■ Dataset excerpts:
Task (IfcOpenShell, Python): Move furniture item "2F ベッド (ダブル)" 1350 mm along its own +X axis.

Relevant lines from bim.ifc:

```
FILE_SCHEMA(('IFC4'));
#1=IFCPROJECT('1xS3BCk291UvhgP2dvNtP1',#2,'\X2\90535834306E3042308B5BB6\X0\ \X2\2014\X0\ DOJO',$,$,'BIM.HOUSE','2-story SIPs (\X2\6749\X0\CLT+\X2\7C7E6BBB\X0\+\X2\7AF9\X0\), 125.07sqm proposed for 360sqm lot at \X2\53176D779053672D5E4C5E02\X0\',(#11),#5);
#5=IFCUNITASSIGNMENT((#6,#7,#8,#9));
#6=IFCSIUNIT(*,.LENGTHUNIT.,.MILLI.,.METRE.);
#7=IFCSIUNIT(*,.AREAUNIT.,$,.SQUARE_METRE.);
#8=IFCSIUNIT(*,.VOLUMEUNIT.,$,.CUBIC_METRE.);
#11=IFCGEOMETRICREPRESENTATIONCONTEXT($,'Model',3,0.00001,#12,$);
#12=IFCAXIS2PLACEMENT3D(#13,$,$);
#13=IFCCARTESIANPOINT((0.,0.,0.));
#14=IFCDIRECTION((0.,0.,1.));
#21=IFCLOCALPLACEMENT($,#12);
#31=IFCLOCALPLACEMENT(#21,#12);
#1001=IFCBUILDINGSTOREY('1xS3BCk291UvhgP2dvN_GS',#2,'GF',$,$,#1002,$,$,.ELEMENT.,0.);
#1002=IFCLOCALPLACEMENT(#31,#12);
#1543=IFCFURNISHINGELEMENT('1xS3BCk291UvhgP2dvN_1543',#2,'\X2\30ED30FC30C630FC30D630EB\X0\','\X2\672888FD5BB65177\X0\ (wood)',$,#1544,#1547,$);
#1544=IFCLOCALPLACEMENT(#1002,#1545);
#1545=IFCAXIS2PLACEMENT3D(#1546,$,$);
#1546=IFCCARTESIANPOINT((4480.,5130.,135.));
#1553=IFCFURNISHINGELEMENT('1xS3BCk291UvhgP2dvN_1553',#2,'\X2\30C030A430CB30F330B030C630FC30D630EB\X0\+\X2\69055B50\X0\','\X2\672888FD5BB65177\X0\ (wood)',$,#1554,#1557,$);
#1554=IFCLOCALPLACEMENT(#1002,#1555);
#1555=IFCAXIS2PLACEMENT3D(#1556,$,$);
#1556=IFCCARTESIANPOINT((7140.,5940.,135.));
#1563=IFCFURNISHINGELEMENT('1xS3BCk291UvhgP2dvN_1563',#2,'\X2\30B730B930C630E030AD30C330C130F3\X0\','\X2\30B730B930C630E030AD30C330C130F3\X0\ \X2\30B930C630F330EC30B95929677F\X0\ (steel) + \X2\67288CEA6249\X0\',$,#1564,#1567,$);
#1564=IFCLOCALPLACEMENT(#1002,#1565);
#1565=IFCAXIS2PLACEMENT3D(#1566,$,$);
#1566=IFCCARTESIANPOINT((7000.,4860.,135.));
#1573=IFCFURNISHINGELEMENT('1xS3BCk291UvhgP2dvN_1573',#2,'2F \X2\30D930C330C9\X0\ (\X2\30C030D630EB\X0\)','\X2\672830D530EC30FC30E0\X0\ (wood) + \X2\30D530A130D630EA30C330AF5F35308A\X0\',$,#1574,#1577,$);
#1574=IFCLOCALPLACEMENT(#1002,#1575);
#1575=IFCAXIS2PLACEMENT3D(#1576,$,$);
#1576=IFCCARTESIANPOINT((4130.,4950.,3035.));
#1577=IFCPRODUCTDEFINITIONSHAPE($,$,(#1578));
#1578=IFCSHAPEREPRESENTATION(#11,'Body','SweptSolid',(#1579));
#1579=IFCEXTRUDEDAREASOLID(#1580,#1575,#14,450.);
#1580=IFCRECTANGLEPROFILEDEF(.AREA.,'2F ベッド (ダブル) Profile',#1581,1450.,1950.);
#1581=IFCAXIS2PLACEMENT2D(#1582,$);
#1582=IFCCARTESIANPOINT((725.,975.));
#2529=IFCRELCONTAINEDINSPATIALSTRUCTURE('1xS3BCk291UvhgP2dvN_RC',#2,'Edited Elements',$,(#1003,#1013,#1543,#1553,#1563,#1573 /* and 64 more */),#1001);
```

```python
import ifcopenshell
import ifcopenshell.api.geometry
import ifcopenshell.util.placement

model = ifcopenshell.open("bim.ifc")

item = model.by_guid("1xS3BCk291UvhgP2dvN_1573")
matrix = ifcopenshell.util.placement.get_local_placement(item.ObjectPlacement)
matrix[:3, 3] += matrix[:3, 0] * 1350.0
ifcopenshell.api.geometry.edit_object_placement(model, product=item, matrix=matrix, is_si=False)

print(ifcopenshell.util.placement.get_local_placement(item.ObjectPlacement).round(3) + 0.0)

model.write("bim_updated.ifc")
```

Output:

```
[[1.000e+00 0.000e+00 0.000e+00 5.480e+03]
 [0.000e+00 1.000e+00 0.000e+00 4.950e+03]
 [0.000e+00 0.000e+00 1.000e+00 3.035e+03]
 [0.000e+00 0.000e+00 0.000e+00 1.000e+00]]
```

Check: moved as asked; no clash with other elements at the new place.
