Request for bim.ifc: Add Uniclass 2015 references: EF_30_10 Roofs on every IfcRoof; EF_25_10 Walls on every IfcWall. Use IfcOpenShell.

First a look at what the model holds.

```python
import ifcopenshell

model = ifcopenshell.open("bim.ifc")
print(model.schema)
print("classifications:", [c.Name for c in model.by_type("IfcClassification")])
for ifc_class in ("IfcDoor", "IfcRoof", "IfcStair", "IfcWall", "IfcWindow"):
    print(ifc_class, len(model.by_type(ifc_class)))
```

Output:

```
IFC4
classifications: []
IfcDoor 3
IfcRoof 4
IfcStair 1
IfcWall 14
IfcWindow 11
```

```python
import ifcopenshell
import ifcopenshell.api.classification

model = ifcopenshell.open("bim.ifc")

system = ifcopenshell.api.classification.add_classification(model, classification="Uniclass 2015")

codes = {
    "IfcRoof": ("EF_30_10", "Roofs"),
    "IfcWall": ("EF_25_10", "Walls"),
}
for ifc_class, (code, name) in codes.items():
    products = model.by_type(ifc_class)
    ifcopenshell.api.classification.add_reference(
        model, products=products, classification=system, identification=code, name=name
    )
    print(code, len(products))

model.write("bim_v2.ifc")
```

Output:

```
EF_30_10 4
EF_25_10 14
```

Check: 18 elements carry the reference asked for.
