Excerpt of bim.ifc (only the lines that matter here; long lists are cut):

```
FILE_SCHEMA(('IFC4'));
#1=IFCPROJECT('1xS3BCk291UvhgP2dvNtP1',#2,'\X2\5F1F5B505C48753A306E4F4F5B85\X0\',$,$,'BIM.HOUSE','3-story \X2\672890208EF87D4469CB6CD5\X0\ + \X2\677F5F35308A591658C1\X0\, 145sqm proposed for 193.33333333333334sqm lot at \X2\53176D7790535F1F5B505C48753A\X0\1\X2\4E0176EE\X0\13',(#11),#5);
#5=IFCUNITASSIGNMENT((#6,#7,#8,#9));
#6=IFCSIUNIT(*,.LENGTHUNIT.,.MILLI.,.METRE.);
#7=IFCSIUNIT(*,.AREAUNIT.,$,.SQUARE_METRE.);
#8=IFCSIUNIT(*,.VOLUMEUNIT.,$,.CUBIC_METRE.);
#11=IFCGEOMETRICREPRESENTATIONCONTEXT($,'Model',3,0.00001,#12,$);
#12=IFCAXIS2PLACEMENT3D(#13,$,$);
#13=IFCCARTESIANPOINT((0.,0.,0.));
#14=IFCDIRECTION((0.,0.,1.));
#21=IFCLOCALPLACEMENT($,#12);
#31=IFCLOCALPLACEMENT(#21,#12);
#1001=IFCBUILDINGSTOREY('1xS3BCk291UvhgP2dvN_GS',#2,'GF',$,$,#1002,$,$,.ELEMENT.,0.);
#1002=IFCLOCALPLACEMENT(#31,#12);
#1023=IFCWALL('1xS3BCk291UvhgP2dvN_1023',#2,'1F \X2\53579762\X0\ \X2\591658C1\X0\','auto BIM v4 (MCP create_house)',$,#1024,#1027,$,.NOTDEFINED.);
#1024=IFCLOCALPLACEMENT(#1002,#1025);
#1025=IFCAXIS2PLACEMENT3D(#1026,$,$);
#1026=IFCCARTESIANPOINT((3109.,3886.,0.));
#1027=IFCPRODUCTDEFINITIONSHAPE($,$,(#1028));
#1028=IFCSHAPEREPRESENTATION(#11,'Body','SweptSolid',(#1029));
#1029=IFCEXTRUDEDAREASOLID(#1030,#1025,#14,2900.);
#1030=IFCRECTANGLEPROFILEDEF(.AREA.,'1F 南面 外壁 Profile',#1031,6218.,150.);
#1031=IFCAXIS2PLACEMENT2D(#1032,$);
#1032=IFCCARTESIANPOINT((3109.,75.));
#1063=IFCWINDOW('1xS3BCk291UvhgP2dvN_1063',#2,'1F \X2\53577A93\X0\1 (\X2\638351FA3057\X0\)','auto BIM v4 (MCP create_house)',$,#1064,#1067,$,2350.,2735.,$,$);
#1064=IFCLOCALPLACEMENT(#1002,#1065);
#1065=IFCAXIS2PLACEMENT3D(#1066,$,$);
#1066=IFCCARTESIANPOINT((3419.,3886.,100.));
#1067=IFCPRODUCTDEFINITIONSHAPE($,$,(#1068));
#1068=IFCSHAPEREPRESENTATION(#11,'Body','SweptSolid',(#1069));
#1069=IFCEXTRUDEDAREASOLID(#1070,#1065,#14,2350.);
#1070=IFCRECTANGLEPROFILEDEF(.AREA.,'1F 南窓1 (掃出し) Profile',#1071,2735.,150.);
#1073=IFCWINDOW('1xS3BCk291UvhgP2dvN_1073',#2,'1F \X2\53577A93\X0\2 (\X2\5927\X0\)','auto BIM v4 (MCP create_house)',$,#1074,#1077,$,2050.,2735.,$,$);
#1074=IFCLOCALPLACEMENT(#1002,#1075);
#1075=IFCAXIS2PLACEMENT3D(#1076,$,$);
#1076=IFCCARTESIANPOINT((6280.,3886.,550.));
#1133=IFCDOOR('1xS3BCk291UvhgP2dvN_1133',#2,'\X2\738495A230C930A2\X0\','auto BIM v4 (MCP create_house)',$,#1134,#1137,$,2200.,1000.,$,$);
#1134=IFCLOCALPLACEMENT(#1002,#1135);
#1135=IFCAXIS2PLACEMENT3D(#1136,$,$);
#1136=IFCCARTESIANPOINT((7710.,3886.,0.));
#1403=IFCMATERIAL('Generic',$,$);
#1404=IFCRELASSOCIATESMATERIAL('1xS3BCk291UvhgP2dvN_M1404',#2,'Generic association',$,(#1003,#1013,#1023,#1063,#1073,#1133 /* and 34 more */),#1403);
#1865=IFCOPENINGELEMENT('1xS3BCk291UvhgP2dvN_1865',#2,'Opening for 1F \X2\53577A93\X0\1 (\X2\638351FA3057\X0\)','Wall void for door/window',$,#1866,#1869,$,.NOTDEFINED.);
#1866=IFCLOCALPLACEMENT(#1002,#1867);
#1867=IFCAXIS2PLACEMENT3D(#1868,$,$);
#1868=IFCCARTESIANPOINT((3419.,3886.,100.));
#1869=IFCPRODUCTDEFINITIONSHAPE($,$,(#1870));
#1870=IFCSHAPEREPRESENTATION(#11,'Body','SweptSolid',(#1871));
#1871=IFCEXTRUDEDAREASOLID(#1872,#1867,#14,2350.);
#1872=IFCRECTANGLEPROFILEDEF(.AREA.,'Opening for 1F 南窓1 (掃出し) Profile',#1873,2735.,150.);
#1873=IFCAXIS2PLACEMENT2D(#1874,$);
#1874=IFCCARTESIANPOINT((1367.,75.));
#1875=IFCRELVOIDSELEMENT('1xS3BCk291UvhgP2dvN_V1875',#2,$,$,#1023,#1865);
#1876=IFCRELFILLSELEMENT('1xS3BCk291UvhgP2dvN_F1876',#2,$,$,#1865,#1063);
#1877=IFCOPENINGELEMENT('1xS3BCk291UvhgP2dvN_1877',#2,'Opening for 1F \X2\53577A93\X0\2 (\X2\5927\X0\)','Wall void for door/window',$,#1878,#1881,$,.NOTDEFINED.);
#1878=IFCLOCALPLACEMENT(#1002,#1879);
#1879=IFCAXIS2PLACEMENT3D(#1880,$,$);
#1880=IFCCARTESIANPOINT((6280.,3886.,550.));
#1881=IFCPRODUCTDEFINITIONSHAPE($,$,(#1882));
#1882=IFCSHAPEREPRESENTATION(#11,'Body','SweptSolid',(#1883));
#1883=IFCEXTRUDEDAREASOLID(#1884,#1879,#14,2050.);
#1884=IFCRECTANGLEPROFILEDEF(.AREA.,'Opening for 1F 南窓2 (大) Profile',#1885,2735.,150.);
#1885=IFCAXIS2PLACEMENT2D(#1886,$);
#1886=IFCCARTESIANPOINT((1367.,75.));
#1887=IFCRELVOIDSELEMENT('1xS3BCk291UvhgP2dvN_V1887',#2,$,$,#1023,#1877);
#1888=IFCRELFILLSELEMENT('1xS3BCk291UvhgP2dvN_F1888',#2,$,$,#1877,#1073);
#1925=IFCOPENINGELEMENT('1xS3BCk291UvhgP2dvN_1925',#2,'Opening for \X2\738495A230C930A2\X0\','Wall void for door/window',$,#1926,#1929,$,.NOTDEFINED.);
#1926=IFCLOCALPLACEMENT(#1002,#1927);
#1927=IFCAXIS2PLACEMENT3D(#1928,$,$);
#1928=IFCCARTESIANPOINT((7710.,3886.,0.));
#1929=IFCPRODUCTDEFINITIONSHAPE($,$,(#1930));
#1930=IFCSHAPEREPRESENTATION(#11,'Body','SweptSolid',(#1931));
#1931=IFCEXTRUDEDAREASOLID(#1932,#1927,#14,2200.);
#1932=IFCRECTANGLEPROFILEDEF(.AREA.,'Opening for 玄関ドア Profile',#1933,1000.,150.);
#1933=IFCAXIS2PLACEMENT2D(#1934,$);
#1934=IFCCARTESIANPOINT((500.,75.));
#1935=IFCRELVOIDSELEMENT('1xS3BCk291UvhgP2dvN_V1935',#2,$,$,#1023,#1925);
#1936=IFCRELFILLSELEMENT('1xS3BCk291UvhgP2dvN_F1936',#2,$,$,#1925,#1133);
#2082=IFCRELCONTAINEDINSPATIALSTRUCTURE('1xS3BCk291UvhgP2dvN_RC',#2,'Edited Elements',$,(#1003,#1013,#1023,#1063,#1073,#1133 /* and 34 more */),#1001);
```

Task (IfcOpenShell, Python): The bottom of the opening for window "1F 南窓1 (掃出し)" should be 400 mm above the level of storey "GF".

```python
import numpy as np
import ifcopenshell
import ifcopenshell.api.geometry
import ifcopenshell.geom
import ifcopenshell.util.element
import ifcopenshell.util.placement
import ifcopenshell.util.shape
import ifcopenshell.util.unit

model = ifcopenshell.open("bim.ifc")
unit_scale = ifcopenshell.util.unit.calculate_unit_scale(model)

window = model.by_guid("1xS3BCk291UvhgP2dvN_1063")
opening = window.FillsVoids[0].RelatingOpeningElement
storey = ifcopenshell.util.element.get_container(window, ifc_class="IfcBuildingStorey")
level = ifcopenshell.util.placement.get_local_placement(storey.ObjectPlacement)[2, 3]

# The opening's origin need not be at the sill, so measure its lowest point.
shape = ifcopenshell.geom.create_shape(ifcopenshell.geom.settings(), opening)
bottom = ifcopenshell.util.shape.get_shape_bottom_elevation(shape, shape.geometry) / unit_scale
dz = level + 400.0 - bottom

shift = np.array([0.0, 0.0, dz])
# The window is not placed relative to its opening, so move both.
for product in (opening, window):
    matrix = ifcopenshell.util.placement.get_local_placement(product.ObjectPlacement)
    matrix[:3, 3] += shift
    ifcopenshell.api.geometry.edit_object_placement(model, product=product, matrix=matrix, is_si=False)

print(f"moved by {dz * unit_scale:+.3f} m")

model.write("bim_edited.ifc")
```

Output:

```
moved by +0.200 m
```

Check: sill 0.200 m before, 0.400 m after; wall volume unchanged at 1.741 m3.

■ Exercise instructions:
State how many lines of the data above contain the word "wood", and include nothing other than that number.

■ Reply to the exercise:
3